(Beginning of Provided data)

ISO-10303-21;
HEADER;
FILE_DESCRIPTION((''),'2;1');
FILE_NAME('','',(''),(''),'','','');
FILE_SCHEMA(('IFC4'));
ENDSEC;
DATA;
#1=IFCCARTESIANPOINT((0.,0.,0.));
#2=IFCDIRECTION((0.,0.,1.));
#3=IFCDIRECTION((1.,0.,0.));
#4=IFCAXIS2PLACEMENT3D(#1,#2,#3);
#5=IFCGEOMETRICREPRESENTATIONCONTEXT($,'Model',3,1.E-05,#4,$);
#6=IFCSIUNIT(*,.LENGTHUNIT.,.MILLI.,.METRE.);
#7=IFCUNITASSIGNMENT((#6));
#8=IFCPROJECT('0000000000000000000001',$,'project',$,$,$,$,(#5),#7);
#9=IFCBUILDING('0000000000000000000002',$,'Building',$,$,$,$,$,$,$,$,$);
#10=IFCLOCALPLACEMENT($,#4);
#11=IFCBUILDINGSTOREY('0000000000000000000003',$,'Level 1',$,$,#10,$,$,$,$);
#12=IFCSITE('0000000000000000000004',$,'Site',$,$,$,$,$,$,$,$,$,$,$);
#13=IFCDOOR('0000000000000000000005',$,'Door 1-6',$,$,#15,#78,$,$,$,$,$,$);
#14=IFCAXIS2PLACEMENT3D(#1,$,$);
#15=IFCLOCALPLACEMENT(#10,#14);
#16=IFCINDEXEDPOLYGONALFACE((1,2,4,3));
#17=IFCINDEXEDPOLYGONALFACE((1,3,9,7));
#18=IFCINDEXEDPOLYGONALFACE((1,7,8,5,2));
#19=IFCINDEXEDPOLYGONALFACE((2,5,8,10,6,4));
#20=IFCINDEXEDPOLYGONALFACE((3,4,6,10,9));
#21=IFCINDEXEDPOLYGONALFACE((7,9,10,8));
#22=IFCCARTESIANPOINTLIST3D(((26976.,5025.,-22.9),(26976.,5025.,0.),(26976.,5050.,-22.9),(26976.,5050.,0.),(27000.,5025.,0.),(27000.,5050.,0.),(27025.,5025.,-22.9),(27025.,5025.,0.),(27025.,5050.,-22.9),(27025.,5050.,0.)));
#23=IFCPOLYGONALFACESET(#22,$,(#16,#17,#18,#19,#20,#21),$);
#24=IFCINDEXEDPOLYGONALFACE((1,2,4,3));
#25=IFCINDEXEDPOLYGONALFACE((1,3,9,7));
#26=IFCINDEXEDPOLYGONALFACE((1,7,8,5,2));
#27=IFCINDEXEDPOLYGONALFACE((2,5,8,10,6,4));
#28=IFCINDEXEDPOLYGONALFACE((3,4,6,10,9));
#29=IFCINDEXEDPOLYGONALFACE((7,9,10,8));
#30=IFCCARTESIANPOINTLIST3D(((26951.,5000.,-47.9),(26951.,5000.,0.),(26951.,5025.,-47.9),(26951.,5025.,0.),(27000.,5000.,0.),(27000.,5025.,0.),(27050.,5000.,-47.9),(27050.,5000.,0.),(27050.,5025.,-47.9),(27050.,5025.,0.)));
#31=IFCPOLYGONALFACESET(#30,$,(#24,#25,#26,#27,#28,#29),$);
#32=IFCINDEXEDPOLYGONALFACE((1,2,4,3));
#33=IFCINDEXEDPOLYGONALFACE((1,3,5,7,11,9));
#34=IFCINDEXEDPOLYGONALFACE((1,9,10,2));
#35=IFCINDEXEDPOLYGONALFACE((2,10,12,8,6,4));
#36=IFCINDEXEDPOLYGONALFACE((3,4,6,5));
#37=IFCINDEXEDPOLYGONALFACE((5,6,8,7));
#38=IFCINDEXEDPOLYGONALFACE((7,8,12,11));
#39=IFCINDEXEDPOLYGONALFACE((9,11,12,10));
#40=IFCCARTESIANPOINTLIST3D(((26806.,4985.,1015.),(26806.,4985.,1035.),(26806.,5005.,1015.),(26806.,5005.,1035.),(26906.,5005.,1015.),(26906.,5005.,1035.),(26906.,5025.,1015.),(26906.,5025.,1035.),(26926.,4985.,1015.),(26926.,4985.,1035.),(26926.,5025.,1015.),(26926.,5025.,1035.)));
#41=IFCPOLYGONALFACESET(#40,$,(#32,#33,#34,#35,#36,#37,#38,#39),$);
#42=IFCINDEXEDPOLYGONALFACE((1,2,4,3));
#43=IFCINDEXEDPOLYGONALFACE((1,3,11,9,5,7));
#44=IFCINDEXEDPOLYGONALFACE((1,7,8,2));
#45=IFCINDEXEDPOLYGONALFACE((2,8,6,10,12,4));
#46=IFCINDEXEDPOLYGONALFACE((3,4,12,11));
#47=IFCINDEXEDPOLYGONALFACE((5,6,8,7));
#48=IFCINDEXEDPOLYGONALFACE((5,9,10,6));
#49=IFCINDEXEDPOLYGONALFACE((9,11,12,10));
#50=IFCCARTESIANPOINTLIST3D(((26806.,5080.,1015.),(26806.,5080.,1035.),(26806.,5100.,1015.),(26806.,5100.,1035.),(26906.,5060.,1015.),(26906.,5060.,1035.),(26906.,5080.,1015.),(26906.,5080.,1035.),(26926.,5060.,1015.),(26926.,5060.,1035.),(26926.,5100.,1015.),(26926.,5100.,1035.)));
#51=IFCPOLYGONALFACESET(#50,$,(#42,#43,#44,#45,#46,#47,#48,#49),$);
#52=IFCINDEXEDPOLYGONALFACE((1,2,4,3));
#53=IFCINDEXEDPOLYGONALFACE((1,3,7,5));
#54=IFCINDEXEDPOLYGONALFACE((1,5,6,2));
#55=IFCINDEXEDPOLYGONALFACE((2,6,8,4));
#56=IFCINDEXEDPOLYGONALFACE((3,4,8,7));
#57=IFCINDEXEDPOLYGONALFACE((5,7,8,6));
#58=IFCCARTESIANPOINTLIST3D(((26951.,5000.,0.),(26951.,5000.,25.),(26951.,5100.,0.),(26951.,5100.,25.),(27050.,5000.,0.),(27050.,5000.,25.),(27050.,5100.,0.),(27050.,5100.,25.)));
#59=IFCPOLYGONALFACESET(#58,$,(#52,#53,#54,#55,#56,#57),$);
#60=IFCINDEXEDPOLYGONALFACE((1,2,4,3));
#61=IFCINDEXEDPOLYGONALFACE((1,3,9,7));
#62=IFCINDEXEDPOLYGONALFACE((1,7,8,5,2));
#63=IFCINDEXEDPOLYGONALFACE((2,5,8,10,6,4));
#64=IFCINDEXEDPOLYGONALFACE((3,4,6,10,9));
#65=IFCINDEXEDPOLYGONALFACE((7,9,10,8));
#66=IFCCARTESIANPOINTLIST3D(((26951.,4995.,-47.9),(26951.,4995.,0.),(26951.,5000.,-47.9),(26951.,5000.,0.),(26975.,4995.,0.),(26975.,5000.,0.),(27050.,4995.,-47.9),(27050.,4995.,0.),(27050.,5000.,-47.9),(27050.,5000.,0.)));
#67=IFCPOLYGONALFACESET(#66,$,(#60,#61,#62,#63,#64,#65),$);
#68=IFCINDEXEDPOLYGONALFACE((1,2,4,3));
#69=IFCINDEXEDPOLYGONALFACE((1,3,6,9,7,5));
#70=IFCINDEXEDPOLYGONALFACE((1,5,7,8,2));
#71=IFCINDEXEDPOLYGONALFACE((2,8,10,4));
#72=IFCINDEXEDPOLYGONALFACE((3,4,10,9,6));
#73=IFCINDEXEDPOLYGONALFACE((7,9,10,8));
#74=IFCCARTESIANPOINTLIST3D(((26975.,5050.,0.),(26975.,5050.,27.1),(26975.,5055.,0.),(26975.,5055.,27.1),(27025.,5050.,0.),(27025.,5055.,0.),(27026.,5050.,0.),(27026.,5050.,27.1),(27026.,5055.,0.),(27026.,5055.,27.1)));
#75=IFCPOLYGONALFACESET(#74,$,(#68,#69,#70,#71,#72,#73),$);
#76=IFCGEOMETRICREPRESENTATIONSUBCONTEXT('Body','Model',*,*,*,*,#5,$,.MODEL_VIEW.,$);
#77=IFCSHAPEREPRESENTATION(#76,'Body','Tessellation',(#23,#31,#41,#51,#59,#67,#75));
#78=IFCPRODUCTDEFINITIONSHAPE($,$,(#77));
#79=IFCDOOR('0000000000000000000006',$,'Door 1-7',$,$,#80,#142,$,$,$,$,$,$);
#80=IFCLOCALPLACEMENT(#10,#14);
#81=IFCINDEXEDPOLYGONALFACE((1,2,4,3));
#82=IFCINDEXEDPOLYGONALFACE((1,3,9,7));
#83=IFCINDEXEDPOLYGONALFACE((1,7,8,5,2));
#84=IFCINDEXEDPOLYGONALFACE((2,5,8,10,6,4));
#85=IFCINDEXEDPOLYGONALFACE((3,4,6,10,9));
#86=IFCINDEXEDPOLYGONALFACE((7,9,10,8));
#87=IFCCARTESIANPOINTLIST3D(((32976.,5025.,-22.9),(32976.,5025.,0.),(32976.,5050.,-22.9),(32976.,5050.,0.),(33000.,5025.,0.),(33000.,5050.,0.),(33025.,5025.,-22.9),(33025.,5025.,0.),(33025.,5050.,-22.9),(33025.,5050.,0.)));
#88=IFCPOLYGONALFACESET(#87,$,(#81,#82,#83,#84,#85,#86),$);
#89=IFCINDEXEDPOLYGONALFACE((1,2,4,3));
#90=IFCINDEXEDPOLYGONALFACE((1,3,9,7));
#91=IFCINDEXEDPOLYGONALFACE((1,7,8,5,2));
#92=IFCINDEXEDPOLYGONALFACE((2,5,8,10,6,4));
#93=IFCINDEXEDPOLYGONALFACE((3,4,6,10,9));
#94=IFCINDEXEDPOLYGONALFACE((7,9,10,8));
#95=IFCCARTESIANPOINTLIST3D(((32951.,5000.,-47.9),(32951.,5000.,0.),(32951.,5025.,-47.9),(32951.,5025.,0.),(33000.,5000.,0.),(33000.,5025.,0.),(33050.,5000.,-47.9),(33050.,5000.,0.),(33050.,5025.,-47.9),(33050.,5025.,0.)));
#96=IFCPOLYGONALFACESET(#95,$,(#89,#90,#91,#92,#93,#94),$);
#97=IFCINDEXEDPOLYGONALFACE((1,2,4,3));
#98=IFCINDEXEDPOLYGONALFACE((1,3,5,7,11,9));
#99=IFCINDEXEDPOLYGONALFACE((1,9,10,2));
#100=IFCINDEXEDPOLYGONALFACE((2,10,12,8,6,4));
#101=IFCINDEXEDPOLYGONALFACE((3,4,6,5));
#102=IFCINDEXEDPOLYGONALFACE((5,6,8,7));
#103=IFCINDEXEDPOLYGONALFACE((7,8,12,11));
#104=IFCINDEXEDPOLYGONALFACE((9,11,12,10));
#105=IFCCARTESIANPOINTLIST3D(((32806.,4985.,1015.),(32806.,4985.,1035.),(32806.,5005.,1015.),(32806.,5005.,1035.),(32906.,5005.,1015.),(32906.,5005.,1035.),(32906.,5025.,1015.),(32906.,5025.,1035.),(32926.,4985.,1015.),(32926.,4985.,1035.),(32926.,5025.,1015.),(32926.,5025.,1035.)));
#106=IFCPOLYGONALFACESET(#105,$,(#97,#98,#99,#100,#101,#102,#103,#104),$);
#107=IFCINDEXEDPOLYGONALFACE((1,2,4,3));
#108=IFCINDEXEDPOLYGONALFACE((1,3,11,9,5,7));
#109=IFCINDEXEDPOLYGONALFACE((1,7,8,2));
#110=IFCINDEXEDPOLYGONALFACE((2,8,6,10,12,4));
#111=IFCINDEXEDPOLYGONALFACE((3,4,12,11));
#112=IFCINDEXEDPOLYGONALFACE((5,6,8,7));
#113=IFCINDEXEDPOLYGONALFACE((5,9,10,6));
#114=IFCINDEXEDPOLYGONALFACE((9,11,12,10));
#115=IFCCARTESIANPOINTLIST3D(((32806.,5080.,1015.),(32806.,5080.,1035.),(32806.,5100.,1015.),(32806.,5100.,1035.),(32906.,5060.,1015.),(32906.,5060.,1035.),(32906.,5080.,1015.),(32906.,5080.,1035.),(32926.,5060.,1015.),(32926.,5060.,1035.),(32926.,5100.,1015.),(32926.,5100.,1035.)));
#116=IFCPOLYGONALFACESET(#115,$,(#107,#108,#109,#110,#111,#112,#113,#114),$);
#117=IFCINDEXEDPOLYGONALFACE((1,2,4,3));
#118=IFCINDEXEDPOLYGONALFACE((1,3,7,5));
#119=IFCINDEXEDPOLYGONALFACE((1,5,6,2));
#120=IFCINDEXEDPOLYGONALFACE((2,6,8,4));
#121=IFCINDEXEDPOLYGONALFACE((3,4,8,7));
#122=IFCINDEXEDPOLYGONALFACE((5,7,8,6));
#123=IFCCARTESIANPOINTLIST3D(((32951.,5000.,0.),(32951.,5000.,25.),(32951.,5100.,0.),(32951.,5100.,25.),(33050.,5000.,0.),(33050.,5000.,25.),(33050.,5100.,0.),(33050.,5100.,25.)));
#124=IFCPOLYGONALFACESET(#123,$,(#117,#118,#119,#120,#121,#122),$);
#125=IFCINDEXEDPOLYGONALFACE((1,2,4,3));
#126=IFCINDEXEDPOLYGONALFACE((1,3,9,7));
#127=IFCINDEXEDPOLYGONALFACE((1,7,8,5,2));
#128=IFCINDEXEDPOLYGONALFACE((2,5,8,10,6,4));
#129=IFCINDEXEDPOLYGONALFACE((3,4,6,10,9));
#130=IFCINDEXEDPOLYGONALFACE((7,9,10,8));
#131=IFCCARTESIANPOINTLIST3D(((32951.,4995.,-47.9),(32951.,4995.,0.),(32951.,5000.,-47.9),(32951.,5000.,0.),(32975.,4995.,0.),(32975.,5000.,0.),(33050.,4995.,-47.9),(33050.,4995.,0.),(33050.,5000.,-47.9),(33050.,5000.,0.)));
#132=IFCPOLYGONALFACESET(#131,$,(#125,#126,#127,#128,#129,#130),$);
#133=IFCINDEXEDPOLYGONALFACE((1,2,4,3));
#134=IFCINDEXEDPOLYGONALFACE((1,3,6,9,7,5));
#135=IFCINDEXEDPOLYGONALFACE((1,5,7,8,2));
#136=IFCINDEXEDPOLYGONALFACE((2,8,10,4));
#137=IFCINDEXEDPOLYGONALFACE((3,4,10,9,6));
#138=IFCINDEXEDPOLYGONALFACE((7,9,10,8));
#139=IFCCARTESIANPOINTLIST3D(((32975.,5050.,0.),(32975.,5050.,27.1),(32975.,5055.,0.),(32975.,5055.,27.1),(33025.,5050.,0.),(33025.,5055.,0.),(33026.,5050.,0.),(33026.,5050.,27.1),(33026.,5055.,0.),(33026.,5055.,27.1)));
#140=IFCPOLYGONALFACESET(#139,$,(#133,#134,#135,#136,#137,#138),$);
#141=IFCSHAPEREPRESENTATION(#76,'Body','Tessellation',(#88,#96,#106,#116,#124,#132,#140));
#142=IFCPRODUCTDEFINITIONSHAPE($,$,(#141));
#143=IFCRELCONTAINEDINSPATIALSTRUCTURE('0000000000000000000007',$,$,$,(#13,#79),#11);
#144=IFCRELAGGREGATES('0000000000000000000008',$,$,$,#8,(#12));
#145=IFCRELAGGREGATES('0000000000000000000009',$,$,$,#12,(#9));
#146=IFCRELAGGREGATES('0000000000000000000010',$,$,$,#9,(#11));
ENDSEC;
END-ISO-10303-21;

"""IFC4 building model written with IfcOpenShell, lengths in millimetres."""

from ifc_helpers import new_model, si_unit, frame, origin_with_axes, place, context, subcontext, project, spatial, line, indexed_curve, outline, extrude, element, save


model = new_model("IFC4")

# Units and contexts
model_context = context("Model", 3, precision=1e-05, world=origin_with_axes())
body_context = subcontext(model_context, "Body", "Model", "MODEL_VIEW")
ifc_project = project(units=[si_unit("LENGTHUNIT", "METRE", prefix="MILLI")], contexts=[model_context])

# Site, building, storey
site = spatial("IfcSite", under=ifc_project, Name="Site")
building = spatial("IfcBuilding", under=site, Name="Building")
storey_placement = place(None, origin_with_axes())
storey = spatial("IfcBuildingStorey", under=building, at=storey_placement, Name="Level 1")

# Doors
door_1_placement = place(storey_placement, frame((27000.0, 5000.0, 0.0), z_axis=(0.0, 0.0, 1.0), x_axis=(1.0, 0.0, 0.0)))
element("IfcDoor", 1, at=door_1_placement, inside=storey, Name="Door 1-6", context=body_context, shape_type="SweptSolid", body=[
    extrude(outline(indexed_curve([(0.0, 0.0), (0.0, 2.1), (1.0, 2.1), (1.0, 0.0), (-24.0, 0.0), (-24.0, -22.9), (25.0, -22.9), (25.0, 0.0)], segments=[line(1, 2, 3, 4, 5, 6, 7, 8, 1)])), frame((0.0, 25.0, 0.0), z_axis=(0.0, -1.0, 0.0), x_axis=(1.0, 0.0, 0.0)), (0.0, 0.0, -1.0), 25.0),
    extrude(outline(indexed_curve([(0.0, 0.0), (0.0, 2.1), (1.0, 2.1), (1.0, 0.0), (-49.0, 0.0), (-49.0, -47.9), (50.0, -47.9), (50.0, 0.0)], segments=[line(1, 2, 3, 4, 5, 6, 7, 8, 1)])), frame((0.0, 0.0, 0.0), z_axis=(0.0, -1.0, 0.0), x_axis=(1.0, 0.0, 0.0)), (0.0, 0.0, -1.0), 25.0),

(End of Provided data)
(Beginning of Provided data)

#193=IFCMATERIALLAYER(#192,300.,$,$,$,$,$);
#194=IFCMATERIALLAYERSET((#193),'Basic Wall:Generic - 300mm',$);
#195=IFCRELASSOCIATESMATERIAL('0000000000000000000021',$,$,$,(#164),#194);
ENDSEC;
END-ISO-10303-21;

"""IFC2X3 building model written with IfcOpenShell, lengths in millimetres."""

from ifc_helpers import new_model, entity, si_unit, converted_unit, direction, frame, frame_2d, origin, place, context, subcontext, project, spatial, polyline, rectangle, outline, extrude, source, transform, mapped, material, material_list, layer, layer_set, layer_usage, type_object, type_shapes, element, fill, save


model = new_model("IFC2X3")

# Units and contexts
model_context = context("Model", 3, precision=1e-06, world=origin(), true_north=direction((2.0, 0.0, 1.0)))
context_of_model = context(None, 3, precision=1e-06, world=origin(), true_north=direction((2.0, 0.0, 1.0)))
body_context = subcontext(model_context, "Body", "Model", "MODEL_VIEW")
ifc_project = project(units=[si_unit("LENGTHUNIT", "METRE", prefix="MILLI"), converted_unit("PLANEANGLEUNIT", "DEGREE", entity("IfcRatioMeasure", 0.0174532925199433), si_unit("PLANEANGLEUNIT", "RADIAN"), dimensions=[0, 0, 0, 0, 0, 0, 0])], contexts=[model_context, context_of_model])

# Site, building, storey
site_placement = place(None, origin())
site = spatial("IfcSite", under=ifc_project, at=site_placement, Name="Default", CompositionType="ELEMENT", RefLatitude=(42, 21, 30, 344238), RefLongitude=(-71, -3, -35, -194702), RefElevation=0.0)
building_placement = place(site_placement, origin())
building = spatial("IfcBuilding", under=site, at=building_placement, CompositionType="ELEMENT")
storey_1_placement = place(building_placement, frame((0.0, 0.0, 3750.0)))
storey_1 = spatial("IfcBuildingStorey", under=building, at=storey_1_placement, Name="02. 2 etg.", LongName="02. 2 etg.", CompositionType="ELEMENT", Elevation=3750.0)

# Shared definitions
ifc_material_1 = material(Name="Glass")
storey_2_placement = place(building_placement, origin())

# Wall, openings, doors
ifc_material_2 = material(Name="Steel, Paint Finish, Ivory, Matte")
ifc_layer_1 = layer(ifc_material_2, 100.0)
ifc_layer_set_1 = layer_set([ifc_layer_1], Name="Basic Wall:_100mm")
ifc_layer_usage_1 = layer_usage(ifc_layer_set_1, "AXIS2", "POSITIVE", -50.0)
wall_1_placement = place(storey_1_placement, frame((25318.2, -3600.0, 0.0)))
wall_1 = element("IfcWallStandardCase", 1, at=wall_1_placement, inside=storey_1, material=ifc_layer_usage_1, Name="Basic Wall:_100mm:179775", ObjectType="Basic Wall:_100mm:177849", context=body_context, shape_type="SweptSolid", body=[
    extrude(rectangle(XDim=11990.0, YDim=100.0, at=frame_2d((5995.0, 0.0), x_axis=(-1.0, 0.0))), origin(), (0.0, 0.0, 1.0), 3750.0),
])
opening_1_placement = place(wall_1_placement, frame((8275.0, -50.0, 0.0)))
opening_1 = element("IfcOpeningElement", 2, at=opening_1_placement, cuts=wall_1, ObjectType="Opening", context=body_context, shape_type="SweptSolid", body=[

(End of Provided data)

Exercise details
Please copy the lines above from the line with "#23=IFCPOLYGONALFACESET(#22,$,(#16,#17,#18,#19,#20,#21),$);" up to and including the line with "#28=IFCINDEXEDPOLYGONALFACE((3,4,6,10,9));", exactly as written and with nothing else.

Written solution
#23=IFCPOLYGONALFACESET(#22,$,(#16,#17,#18,#19,#20,#21),$);
#24=IFCINDEXEDPOLYGONALFACE((1,2,4,3));
#25=IFCINDEXEDPOLYGONALFACE((1,3,9,7));
#26=IFCINDEXEDPOLYGONALFACE((1,7,8,5,2));
#27=IFCINDEXEDPOLYGONALFACE((2,5,8,10,6,4));
#28=IFCINDEXEDPOLYGONALFACE((3,4,6,10,9));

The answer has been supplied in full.